> YOUR OBJECTIVE: Wherever a line in the data holds the word "IFCGEOMETRICREPRESENTATIONCONTEXT", pull that line out.

> EXCERPTED RECORDS:

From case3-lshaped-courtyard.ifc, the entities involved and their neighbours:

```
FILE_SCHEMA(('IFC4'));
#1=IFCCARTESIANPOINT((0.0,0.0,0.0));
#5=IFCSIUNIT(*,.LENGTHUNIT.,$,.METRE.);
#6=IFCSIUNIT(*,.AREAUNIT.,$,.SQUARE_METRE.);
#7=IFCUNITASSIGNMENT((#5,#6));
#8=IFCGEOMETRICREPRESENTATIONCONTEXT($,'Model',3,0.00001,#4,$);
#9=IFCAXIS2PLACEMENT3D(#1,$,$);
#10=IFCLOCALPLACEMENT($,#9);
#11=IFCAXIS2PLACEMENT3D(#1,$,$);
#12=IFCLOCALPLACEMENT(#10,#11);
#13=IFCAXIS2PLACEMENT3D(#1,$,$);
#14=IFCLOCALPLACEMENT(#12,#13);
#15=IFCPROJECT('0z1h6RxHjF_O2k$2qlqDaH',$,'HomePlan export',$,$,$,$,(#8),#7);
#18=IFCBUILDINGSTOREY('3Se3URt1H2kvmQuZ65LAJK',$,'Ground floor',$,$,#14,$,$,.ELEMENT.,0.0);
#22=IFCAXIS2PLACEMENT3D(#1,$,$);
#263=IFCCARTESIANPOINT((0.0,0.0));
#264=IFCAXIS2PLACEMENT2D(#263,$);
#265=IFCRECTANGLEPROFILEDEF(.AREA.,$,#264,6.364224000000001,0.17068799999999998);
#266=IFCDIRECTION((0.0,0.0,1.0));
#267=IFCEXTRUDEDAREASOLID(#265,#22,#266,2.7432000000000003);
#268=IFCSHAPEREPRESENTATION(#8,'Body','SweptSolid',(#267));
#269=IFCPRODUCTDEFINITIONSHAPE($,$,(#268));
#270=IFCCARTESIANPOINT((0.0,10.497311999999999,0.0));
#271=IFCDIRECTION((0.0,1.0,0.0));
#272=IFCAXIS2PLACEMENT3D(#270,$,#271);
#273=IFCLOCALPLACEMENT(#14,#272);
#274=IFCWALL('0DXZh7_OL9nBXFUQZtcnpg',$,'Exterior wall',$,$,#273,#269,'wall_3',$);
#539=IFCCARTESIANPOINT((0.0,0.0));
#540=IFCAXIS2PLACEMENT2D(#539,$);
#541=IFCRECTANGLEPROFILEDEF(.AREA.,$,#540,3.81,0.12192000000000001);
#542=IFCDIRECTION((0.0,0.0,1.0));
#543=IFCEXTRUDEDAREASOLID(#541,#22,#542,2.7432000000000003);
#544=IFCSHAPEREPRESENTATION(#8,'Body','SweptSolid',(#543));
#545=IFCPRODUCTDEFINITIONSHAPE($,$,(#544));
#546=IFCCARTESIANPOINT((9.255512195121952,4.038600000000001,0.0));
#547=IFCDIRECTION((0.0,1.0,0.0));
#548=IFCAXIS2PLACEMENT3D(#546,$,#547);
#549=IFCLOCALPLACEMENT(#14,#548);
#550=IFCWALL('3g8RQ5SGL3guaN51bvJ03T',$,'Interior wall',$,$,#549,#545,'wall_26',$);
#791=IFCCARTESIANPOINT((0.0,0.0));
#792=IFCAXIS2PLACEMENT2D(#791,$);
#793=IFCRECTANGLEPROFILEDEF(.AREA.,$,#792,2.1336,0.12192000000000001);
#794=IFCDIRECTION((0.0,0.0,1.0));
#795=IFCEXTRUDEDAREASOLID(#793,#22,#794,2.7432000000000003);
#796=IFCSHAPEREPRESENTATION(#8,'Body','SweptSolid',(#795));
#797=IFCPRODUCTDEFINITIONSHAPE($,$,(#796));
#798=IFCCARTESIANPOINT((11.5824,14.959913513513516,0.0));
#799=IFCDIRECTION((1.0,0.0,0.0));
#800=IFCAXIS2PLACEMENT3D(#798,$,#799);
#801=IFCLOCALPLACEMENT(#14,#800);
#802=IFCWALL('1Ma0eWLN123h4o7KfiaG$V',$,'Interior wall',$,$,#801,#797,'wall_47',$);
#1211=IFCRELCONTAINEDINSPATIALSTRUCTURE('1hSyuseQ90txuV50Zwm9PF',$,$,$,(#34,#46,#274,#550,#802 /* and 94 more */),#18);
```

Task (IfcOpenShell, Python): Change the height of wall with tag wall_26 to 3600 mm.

```python
import ifcopenshell
import ifcopenshell.geom
import ifcopenshell.util.shape
import ifcopenshell.util.unit

model = ifcopenshell.open("case3-lshaped-courtyard.ifc")
unit_scale = ifcopenshell.util.unit.calculate_unit_scale(model)
settings = ifcopenshell.geom.settings()


def volume(element):
    """Net volume in cubic metres, openings subtracted."""
    shape = ifcopenshell.geom.create_shape(settings, element)
    return ifcopenshell.util.shape.get_volume(shape.geometry)


wall = model.by_id(550)
before = volume(wall)

body = next(r for r in wall.Representation.Representations if r.RepresentationIdentifier == "Body")
solid = body.Items[0]
old_height = solid.Depth
solid.Depth = 3.6 / unit_scale
after = volume(wall)

print(f"height {old_height:g} -> {solid.Depth:g}, volume {before:.3f} -> {after:.3f} m3")

model.write("case3-lshaped-courtyard_updated.ifc")
```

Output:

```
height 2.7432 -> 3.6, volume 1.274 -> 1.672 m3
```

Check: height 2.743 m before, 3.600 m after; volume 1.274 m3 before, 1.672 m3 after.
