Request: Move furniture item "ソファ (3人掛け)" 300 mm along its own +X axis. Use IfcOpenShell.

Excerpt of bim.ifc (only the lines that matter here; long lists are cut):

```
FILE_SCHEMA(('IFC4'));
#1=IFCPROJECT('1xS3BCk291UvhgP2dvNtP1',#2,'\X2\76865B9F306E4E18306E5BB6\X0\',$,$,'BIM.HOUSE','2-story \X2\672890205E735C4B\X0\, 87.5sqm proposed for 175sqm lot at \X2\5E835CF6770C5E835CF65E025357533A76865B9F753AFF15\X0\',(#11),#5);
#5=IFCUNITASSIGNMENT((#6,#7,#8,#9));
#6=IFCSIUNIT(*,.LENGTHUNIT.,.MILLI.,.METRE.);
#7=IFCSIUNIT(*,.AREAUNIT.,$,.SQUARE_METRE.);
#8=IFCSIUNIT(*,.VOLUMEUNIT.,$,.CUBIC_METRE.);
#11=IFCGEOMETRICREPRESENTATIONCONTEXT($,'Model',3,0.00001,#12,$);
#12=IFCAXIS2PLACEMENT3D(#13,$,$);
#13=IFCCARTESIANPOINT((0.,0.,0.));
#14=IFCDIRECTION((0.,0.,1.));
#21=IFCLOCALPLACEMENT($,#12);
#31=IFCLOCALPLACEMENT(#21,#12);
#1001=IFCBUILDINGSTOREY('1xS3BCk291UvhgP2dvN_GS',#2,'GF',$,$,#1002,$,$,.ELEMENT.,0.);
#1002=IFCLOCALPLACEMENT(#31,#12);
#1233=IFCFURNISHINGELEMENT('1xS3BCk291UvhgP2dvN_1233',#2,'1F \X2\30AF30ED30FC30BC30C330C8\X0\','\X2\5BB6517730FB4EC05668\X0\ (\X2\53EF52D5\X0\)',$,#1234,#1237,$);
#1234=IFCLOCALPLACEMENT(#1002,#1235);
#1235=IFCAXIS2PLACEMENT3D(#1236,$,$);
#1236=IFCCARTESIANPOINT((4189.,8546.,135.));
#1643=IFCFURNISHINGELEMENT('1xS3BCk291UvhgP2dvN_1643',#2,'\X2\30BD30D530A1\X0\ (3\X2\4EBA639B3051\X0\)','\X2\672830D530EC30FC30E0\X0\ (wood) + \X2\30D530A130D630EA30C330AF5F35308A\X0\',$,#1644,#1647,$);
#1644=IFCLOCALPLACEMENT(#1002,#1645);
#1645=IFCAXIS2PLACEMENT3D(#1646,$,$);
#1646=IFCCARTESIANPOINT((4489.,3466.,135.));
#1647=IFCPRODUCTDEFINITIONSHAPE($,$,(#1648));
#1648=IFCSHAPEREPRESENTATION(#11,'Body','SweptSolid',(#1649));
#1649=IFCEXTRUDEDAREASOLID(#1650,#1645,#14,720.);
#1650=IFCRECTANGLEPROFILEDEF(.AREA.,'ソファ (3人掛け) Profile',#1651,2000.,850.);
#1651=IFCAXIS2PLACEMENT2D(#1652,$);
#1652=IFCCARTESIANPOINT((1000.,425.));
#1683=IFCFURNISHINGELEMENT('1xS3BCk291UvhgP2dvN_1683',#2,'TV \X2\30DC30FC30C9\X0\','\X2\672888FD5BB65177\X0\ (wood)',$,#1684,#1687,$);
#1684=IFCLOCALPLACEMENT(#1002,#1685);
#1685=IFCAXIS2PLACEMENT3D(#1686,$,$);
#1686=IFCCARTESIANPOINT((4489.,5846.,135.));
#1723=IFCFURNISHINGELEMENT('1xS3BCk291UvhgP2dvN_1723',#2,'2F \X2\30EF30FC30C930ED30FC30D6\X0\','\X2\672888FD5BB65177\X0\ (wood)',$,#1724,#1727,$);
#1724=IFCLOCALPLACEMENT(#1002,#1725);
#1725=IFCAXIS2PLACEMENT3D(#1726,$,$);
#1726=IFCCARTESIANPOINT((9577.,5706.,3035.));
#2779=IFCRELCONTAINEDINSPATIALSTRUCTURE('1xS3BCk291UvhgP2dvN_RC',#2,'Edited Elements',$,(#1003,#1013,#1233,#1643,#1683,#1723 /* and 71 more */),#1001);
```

```python
import ifcopenshell
import ifcopenshell.api.geometry
import ifcopenshell.util.placement
import ifcopenshell.util.unit

model = ifcopenshell.open("bim.ifc")
unit_scale = ifcopenshell.util.unit.calculate_unit_scale(model)

item = model.by_guid("1xS3BCk291UvhgP2dvN_1643")
matrix = ifcopenshell.util.placement.get_local_placement(item.ObjectPlacement)
matrix[:3, 3] += matrix[:3, 0] * 0.3 / unit_scale
ifcopenshell.api.geometry.edit_object_placement(model, product=item, matrix=matrix, is_si=False)

print(ifcopenshell.util.placement.get_local_placement(item.ObjectPlacement).round(3) + 0.0)

model.write("bim_updated.ifc")
```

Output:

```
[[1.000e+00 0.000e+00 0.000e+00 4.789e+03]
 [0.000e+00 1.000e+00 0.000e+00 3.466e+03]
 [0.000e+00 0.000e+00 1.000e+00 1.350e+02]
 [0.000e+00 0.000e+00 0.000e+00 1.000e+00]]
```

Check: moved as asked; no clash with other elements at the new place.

> ANSWER FOR THE TASK:
#8=IFCGEOMETRICREPRESENTATIONCONTEXT($,'Model',3,0.00001,#4,$);
#11=IFCGEOMETRICREPRESENTATIONCONTEXT($,'Model',3,0.00001,#12,$);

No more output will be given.